3 Sonja's film career was rather brief. Her films were light comedies, featuring her skating talents, rather than relying on her acting talents, which were minimal. She made a total of twelve films, with her film career taking a nosedive in the late 40's.
4The article is referring to the second film that Ty made for 20th Century-Fox. This film, Ladies in Love, was released about one month (Oct 29, 1936) before Ty's breakout movie, Lloyds of London was released (Nov 27, 1936).
5 Janet Gaynor was nominated for an Oscar for A Star is Born. Ty escorted her to the Oscars that year.
6 It was widely reported that Norma Shearer had quite a yen for Tyrone and that was one of the reasons she asked him to be her leading man in Marie Antoinette. Ty was apparently pleasant and friendly with Norma, yet he didn't return her romantic interest. According to a still photographer on the set of the movie, she was unhappy at his lack of interest in her. The way in which MGM handled Ty's role in Marie Antoinette caused Darryl F. Zanuck to refuse to loan him out again.
7 Just how much older Annabella was than Ty is debatable. Some sources have said just a year or two; more often stated difference is five years; and
a couple sources have stated as much as ten years difference. The Internet Broadway Database says that she was born July 14, 1904, in La Varenne Saint Hilaire, Val-de-Marne, France. Since Ty was born May 5, 1914, this would make her
ten years older. So.... take your choice!
8 The happiness did not last.

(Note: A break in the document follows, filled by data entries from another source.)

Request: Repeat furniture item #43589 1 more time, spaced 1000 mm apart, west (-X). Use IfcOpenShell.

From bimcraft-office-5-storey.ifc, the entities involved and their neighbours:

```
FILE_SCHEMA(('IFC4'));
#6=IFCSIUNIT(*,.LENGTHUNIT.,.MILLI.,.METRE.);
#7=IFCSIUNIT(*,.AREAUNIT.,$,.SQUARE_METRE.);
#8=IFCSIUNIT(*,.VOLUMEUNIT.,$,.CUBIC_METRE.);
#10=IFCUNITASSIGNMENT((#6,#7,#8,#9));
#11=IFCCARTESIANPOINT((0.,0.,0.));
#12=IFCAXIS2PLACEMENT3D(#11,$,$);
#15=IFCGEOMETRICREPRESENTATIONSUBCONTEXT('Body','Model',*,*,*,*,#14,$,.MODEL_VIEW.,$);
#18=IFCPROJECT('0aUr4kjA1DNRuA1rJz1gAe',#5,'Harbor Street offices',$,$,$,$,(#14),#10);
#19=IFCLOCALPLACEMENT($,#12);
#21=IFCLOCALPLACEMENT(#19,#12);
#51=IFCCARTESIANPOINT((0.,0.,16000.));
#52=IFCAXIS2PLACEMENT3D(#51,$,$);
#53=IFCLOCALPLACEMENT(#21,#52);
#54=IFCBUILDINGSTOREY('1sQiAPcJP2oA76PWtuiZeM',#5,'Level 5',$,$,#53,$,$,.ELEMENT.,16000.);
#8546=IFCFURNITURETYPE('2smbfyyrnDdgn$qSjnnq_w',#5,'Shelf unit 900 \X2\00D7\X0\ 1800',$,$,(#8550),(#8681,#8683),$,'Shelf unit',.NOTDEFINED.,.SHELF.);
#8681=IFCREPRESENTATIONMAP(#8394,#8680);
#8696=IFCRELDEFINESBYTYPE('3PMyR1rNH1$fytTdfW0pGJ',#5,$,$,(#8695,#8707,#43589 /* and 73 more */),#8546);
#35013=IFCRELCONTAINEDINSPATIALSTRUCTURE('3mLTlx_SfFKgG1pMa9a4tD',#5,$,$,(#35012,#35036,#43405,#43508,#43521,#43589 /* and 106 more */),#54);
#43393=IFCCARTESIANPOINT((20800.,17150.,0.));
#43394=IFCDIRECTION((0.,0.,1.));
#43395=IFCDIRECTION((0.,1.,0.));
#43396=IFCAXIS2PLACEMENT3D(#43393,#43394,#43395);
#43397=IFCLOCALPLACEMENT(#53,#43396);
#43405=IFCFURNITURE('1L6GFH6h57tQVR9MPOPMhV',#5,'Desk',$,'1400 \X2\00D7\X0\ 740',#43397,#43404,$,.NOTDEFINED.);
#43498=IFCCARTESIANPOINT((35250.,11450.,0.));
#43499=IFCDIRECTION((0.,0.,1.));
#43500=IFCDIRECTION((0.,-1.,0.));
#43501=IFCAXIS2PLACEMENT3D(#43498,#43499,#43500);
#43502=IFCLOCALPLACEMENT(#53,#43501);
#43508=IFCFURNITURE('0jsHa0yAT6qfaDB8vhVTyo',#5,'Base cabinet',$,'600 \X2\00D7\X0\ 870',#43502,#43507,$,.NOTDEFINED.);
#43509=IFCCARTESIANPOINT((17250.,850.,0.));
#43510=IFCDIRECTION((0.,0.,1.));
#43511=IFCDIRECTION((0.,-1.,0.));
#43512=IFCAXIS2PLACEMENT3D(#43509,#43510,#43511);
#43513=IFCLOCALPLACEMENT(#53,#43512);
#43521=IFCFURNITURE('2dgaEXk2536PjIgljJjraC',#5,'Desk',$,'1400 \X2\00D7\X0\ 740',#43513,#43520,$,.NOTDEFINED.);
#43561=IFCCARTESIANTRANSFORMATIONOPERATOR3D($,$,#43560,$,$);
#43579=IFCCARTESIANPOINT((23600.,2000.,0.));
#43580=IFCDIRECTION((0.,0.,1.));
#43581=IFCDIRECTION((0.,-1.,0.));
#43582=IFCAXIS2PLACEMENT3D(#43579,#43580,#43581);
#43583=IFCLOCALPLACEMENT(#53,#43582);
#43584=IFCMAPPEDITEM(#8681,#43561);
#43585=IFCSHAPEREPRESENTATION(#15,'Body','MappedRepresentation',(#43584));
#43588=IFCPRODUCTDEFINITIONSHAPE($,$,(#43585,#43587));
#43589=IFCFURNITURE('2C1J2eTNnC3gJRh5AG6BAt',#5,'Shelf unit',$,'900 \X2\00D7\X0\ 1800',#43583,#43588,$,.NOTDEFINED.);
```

```python
import numpy as np
import ifcopenshell
import ifcopenshell.api.geometry
import ifcopenshell.api.root
import ifcopenshell.util.element
import ifcopenshell.util.placement

model = ifcopenshell.open("bimcraft-office-5-storey.ifc")

source = model.by_id(43589)
base = ifcopenshell.util.placement.get_local_placement(source.ObjectPlacement)
step = np.array([-1.0, 0.0, 0.0]) * 1000.0

for i in range(1, 2):
    copy = ifcopenshell.api.root.copy_class(model, product=source)
    copy.Representation = ifcopenshell.util.element.copy_deep(
        model, source.Representation, exclude=["IfcGeometricRepresentationContext", "IfcRepresentationMap"]
    )
    matrix = base.copy()
    matrix[:3, 3] += i * step
    print("added at", matrix[:3, 3].round(3) + 0.0)
    ifcopenshell.api.geometry.edit_object_placement(model, product=copy, matrix=matrix, is_si=False)

model.write("bimcraft-office-5-storey-out.ifc")
```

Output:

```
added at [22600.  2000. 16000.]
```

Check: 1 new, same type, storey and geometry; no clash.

The two of them had apparently drifted apart by the time Ty was ready to leave for military service in 1942. They were considering divorce at the time, but they decided to stay together, at least until the war was over. Reportedly, Ty was hopeful that the marriage would work out; and he did try to work things out with Annabella after he returned from service in November 1945. Within a few months, though, Annabella had left Ty to go to New York to pursue her career on stage. She formally announced their separation in October 1946; she delayed giving him a divorce for years. In 1949, as he was marrying Linda Christian in a Catholic ceremony in Rome, Italy, his divorce from Annabella was being finalized. (The Catholic church did not recognize his marriage to Annabella, since she was divorced when they married... Thus he was eligible to be married in the Catholic church).